◆ Task statement
Write out, without any change, the lines in the material below that run from the line with "#142=IFCINDEXEDPOLYGONALFACE((5,7,8,6));" through the line with "#168=IFCMATERIALLAYER(#167,0.05,$,$,$,'Finish',$);", both included.

◆ Stored data
____________________

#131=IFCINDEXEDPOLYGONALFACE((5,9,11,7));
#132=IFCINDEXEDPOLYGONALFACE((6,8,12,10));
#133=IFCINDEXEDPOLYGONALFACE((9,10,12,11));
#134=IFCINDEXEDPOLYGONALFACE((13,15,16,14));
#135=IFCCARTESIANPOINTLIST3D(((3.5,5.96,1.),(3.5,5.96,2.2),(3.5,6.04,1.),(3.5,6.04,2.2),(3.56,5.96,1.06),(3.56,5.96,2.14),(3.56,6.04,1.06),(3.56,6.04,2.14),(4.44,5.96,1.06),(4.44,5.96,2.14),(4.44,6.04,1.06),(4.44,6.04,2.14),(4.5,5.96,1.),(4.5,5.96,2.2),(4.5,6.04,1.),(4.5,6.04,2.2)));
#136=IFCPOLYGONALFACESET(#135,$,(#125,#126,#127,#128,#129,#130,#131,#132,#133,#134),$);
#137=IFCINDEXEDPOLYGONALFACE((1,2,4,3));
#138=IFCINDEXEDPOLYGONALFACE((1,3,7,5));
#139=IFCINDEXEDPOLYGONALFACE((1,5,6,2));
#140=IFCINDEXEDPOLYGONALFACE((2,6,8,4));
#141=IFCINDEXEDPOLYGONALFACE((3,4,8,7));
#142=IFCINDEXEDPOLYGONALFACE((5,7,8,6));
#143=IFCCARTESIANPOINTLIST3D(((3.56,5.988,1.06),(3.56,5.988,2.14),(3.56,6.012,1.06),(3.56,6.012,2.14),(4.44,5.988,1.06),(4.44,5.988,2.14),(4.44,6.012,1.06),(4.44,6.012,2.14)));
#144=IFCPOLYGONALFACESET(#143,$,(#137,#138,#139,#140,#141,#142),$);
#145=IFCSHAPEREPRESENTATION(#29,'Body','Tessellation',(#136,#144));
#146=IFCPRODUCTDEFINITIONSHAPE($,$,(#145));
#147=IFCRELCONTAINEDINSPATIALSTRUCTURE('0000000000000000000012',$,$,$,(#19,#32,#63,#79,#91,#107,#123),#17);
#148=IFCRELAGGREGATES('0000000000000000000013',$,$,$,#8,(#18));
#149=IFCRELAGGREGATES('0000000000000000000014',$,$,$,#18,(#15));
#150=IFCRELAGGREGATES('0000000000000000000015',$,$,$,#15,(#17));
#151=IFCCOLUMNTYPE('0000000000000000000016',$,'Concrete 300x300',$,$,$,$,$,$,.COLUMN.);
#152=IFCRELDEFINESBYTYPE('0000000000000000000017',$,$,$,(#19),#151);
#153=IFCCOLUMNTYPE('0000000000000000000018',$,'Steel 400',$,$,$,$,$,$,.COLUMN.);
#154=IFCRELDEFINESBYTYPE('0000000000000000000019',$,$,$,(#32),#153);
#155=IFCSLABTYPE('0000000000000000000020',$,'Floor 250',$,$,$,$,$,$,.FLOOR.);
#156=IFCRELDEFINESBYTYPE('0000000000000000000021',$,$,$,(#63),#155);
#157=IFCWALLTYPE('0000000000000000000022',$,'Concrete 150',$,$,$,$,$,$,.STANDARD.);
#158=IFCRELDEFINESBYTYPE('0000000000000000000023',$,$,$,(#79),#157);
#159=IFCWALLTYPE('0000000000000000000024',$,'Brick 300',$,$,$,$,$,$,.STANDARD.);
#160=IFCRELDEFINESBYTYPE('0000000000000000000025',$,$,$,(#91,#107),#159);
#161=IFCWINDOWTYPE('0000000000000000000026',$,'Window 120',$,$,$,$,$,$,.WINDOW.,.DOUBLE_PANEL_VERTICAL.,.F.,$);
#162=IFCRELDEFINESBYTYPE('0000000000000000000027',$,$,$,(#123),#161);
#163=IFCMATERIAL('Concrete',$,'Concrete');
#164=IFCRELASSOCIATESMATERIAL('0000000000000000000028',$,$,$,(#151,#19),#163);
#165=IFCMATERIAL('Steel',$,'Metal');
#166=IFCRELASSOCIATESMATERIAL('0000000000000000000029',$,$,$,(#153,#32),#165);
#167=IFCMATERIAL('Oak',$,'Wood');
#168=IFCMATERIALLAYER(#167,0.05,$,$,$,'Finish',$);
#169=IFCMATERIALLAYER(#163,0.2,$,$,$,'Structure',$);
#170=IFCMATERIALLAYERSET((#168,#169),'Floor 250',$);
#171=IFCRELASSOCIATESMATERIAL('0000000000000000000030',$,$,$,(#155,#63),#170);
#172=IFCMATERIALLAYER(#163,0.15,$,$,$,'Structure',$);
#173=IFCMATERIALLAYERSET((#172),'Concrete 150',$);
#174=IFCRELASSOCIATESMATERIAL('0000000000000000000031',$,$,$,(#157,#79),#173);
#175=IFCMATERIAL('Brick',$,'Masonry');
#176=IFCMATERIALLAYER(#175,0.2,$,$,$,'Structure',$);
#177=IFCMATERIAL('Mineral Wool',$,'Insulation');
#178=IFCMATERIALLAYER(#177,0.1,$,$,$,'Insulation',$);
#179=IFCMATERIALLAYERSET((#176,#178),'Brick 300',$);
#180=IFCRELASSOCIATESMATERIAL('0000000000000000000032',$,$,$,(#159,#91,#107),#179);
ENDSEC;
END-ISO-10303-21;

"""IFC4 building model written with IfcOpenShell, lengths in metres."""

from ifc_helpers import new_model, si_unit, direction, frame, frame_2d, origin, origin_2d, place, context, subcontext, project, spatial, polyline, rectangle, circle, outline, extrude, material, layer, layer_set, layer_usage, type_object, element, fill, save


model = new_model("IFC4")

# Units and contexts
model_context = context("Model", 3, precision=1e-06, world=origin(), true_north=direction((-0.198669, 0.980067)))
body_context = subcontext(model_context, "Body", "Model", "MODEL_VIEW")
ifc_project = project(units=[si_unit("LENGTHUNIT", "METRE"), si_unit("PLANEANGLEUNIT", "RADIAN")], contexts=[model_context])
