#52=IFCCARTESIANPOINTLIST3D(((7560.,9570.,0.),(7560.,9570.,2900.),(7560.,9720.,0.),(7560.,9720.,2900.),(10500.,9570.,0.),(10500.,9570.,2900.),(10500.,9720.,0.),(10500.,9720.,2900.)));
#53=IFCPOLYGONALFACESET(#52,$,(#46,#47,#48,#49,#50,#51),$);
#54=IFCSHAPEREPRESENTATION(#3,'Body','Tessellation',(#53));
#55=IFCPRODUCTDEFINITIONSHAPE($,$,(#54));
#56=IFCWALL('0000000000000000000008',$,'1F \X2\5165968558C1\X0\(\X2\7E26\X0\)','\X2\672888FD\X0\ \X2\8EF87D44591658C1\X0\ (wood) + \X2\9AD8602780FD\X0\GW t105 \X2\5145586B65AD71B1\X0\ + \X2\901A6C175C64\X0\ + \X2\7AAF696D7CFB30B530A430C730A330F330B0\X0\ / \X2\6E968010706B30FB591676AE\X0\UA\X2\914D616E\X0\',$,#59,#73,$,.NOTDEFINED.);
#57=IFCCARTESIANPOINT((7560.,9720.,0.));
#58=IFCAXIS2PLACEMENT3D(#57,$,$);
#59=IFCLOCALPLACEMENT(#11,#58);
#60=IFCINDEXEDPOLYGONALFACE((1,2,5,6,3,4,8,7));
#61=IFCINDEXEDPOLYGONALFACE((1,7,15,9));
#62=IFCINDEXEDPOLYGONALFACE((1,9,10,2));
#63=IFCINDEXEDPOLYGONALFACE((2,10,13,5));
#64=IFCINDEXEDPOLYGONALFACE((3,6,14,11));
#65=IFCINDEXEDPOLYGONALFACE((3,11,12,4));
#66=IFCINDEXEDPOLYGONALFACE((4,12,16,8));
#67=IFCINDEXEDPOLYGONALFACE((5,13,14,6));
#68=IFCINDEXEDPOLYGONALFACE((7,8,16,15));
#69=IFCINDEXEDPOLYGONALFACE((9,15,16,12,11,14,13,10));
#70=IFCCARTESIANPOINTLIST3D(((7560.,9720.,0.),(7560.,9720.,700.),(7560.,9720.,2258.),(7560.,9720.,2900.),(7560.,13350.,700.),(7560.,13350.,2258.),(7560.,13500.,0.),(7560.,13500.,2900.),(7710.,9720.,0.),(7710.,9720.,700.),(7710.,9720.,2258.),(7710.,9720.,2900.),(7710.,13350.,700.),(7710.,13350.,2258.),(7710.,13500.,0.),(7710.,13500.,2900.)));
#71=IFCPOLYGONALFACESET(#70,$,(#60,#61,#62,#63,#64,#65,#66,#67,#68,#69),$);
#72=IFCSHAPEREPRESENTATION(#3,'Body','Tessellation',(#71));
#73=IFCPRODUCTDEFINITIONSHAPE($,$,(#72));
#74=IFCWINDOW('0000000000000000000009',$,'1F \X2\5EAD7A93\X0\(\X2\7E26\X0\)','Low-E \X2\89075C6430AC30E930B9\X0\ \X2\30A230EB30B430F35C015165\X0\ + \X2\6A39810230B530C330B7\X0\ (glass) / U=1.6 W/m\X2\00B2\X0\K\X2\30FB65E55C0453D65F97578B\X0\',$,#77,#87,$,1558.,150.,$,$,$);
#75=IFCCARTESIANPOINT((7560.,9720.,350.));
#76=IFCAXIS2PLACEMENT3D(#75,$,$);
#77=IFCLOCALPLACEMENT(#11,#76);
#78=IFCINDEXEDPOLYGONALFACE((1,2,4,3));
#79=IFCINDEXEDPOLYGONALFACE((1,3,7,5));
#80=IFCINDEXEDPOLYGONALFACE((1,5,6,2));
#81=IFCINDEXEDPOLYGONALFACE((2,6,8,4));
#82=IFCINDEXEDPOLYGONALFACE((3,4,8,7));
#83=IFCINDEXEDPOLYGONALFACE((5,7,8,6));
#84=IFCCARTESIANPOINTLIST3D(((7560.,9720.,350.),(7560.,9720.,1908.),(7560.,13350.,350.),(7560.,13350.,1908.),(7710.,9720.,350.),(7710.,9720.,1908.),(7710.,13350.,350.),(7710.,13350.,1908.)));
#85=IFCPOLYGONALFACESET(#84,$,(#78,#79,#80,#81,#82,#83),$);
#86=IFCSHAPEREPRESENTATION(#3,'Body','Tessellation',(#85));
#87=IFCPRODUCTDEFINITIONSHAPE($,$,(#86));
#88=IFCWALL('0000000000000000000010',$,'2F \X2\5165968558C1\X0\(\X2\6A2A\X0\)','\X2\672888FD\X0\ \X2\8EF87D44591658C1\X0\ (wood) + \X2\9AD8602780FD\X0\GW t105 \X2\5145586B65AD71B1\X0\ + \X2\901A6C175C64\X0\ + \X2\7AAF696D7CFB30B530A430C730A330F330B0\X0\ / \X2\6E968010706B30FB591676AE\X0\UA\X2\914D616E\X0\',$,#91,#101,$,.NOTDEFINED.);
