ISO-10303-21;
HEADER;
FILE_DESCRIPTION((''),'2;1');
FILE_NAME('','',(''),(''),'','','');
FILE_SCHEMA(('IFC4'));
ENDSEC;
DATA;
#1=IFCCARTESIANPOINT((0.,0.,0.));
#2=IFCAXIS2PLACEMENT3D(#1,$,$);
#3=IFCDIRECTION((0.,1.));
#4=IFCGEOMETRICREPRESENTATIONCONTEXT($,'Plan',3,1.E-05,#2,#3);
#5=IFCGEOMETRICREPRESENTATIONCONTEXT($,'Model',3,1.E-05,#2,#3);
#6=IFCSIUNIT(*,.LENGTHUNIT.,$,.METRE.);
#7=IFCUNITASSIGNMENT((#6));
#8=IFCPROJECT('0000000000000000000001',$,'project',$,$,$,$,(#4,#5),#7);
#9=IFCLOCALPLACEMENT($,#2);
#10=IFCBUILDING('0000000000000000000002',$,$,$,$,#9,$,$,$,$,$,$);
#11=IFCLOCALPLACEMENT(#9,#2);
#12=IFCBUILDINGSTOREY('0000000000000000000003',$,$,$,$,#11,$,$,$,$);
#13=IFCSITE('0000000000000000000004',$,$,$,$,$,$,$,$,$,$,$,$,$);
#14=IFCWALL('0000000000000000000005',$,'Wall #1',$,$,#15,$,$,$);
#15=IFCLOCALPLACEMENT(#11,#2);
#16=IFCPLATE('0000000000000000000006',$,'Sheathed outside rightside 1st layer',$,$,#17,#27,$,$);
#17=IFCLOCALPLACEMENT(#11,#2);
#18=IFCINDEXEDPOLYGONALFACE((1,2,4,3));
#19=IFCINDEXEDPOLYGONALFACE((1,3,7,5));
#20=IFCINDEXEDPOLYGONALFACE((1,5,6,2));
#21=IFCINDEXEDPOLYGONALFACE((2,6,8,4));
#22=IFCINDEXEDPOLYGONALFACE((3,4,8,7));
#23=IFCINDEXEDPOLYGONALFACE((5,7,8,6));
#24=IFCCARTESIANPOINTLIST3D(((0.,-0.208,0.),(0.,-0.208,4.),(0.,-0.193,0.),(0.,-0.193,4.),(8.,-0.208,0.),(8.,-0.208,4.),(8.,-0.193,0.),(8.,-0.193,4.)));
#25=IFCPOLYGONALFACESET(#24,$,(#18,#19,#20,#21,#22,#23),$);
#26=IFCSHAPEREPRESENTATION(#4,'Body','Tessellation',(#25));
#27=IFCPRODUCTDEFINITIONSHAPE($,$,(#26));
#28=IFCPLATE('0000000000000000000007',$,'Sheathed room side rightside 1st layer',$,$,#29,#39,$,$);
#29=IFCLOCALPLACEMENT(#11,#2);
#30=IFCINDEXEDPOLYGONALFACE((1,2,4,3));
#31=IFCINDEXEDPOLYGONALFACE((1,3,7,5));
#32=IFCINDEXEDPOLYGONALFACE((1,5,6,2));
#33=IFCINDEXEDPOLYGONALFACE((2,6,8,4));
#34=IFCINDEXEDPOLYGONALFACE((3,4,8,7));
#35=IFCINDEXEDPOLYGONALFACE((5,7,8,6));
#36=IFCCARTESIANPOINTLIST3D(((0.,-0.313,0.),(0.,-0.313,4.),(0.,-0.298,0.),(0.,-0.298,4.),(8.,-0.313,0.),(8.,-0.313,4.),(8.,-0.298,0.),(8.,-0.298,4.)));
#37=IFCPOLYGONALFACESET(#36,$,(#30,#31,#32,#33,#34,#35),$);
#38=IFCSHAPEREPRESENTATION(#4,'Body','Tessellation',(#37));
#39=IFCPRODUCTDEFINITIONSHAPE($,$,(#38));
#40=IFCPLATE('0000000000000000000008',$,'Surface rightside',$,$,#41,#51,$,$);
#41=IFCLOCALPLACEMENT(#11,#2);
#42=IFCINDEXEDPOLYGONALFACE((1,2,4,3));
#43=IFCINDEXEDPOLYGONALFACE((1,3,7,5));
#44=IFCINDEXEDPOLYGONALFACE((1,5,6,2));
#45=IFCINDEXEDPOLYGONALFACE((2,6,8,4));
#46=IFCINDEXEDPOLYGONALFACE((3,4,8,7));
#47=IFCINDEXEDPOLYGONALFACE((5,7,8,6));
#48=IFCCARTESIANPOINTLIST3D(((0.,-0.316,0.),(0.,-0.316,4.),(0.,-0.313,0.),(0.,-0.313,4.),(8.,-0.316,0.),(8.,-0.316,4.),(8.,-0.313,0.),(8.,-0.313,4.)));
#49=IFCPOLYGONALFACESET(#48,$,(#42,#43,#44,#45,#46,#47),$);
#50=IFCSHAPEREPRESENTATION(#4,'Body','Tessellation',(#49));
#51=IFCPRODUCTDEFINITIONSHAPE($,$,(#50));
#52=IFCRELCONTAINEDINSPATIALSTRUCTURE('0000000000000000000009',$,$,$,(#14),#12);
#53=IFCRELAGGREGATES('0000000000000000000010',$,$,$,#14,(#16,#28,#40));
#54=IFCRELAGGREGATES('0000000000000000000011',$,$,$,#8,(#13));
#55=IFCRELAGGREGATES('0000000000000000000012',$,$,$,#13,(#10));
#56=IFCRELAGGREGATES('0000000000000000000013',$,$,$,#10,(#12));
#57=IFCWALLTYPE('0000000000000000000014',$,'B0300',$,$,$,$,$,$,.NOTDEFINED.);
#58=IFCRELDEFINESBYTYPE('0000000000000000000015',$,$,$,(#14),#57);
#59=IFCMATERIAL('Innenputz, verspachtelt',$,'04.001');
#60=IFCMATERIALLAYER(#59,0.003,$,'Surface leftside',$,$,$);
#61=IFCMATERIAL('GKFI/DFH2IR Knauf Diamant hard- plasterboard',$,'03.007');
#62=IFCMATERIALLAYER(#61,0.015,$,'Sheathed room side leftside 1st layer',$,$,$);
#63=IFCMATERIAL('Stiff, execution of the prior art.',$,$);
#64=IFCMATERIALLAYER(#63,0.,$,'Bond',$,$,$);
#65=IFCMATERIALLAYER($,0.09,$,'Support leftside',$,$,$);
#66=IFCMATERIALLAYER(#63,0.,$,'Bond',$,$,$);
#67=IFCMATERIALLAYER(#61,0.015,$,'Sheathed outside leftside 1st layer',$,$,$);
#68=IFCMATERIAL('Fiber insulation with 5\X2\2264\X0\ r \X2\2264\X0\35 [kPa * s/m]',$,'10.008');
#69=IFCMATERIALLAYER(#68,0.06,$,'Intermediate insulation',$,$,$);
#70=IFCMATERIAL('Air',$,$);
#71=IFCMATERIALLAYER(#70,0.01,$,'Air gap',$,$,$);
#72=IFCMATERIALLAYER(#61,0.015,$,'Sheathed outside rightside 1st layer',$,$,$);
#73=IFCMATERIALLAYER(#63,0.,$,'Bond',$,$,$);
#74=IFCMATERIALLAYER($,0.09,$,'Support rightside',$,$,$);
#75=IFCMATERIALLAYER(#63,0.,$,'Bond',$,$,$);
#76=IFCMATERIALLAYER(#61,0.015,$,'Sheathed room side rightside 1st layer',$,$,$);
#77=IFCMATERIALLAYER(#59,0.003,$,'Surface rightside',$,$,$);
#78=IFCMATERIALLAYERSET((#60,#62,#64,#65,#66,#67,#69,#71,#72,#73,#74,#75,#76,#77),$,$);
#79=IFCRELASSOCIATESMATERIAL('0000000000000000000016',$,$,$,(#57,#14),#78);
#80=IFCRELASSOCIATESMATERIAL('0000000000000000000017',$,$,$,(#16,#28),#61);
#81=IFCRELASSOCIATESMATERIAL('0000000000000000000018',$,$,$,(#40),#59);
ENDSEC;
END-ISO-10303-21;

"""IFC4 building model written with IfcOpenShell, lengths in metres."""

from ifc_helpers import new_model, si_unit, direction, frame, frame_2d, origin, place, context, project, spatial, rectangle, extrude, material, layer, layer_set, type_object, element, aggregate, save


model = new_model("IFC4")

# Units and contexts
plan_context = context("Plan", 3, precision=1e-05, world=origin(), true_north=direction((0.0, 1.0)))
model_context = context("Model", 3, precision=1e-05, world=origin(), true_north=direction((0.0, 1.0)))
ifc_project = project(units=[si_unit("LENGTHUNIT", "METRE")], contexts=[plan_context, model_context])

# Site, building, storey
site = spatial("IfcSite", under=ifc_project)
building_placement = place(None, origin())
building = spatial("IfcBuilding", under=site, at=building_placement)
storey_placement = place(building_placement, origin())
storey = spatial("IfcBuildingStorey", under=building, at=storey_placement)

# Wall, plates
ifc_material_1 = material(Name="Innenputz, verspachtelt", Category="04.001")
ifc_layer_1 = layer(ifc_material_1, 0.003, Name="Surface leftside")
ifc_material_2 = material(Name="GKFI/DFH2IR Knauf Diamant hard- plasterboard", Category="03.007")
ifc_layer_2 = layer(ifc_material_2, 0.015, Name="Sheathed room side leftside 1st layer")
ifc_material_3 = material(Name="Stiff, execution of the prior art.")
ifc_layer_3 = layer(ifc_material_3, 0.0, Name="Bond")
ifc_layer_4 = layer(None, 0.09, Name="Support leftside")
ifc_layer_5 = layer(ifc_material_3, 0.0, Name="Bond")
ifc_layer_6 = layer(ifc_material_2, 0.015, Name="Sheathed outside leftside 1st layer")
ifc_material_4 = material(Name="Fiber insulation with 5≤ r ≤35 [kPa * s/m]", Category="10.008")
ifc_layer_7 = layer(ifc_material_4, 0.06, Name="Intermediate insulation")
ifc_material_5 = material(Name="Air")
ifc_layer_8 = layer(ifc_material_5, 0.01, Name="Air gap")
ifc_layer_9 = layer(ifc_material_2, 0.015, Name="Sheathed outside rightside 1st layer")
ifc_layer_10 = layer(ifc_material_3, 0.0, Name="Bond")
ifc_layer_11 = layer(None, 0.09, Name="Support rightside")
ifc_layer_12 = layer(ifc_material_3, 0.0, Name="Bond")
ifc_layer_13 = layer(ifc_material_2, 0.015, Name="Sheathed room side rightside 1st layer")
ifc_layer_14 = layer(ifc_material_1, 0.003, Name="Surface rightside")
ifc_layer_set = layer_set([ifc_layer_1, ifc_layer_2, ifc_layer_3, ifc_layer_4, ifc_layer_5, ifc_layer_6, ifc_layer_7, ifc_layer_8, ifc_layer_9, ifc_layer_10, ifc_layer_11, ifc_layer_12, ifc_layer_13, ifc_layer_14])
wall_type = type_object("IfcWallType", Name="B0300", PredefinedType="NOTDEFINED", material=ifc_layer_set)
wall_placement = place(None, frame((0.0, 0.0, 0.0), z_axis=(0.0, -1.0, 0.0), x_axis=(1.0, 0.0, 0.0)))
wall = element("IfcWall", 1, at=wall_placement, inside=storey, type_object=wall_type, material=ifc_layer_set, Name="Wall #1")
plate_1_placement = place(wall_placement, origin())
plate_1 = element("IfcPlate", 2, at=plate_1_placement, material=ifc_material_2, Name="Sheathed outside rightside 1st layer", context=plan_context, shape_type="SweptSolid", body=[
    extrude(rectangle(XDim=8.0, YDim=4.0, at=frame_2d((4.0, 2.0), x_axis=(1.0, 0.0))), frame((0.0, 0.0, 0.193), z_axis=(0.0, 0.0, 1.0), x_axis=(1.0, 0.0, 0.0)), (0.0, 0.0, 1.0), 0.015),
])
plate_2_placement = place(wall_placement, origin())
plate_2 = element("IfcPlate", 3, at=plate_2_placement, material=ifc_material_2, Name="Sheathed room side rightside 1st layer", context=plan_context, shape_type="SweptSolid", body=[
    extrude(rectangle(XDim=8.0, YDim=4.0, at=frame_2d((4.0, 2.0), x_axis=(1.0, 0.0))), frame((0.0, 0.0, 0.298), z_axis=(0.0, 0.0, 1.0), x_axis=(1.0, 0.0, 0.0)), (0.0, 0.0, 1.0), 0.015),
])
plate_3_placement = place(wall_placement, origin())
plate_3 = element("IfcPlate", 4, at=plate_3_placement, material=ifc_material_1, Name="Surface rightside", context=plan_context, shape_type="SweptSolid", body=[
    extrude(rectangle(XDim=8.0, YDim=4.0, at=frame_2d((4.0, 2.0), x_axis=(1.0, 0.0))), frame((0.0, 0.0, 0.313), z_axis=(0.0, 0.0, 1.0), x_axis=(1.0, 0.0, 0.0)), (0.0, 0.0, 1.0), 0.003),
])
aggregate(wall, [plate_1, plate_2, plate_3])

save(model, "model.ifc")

____________________

◆ Exercise answer
#142=IFCINDEXEDPOLYGONALFACE((5,7,8,6));
#143=IFCCARTESIANPOINTLIST3D(((3.56,5.988,1.06),(3.56,5.988,2.14),(3.56,6.012,1.06),(3.56,6.012,2.14),(4.44,5.988,1.06),(4.44,5.988,2.14),(4.44,6.012,1.06),(4.44,6.012,2.14)));
#144=IFCPOLYGONALFACESET(#143,$,(#137,#138,#139,#140,#141,#142),$);
#145=IFCSHAPEREPRESENTATION(#29,'Body','Tessellation',(#136,#144));
#146=IFCPRODUCTDEFINITIONSHAPE($,$,(#145));
#147=IFCRELCONTAINEDINSPATIALSTRUCTURE('0000000000000000000012',$,$,$,(#19,#32,#63,#79,#91,#107,#123),#17);
#148=IFCRELAGGREGATES('0000000000000000000013',$,$,$,#8,(#18));
#149=IFCRELAGGREGATES('0000000000000000000014',$,$,$,#18,(#15));
#150=IFCRELAGGREGATES('0000000000000000000015',$,$,$,#15,(#17));
#151=IFCCOLUMNTYPE('0000000000000000000016',$,'Concrete 300x300',$,$,$,$,$,$,.COLUMN.);
#152=IFCRELDEFINESBYTYPE('0000000000000000000017',$,$,$,(#19),#151);
#153=IFCCOLUMNTYPE('0000000000000000000018',$,'Steel 400',$,$,$,$,$,$,.COLUMN.);
#154=IFCRELDEFINESBYTYPE('0000000000000000000019',$,$,$,(#32),#153);
#155=IFCSLABTYPE('0000000000000000000020',$,'Floor 250',$,$,$,$,$,$,.FLOOR.);
#156=IFCRELDEFINESBYTYPE('0000000000000000000021',$,$,$,(#63),#155);
#157=IFCWALLTYPE('0000000000000000000022',$,'Concrete 150',$,$,$,$,$,$,.STANDARD.);
#158=IFCRELDEFINESBYTYPE('0000000000000000000023',$,$,$,(#79),#157);
#159=IFCWALLTYPE('0000000000000000000024',$,'Brick 300',$,$,$,$,$,$,.STANDARD.);
#160=IFCRELDEFINESBYTYPE('0000000000000000000025',$,$,$,(#91,#107),#159);
#161=IFCWINDOWTYPE('0000000000000000000026',$,'Window 120',$,$,$,$,$,$,.WINDOW.,.DOUBLE_PANEL_VERTICAL.,.F.,$);
#162=IFCRELDEFINESBYTYPE('0000000000000000000027',$,$,$,(#123),#161);
#163=IFCMATERIAL('Concrete',$,'Concrete');
#164=IFCRELASSOCIATESMATERIAL('0000000000000000000028',$,$,$,(#151,#19),#163);
#165=IFCMATERIAL('Steel',$,'Metal');
#166=IFCRELASSOCIATESMATERIAL('0000000000000000000029',$,$,$,(#153,#32),#165);
#167=IFCMATERIAL('Oak',$,'Wood');
#168=IFCMATERIALLAYER(#167,0.05,$,$,$,'Finish',$);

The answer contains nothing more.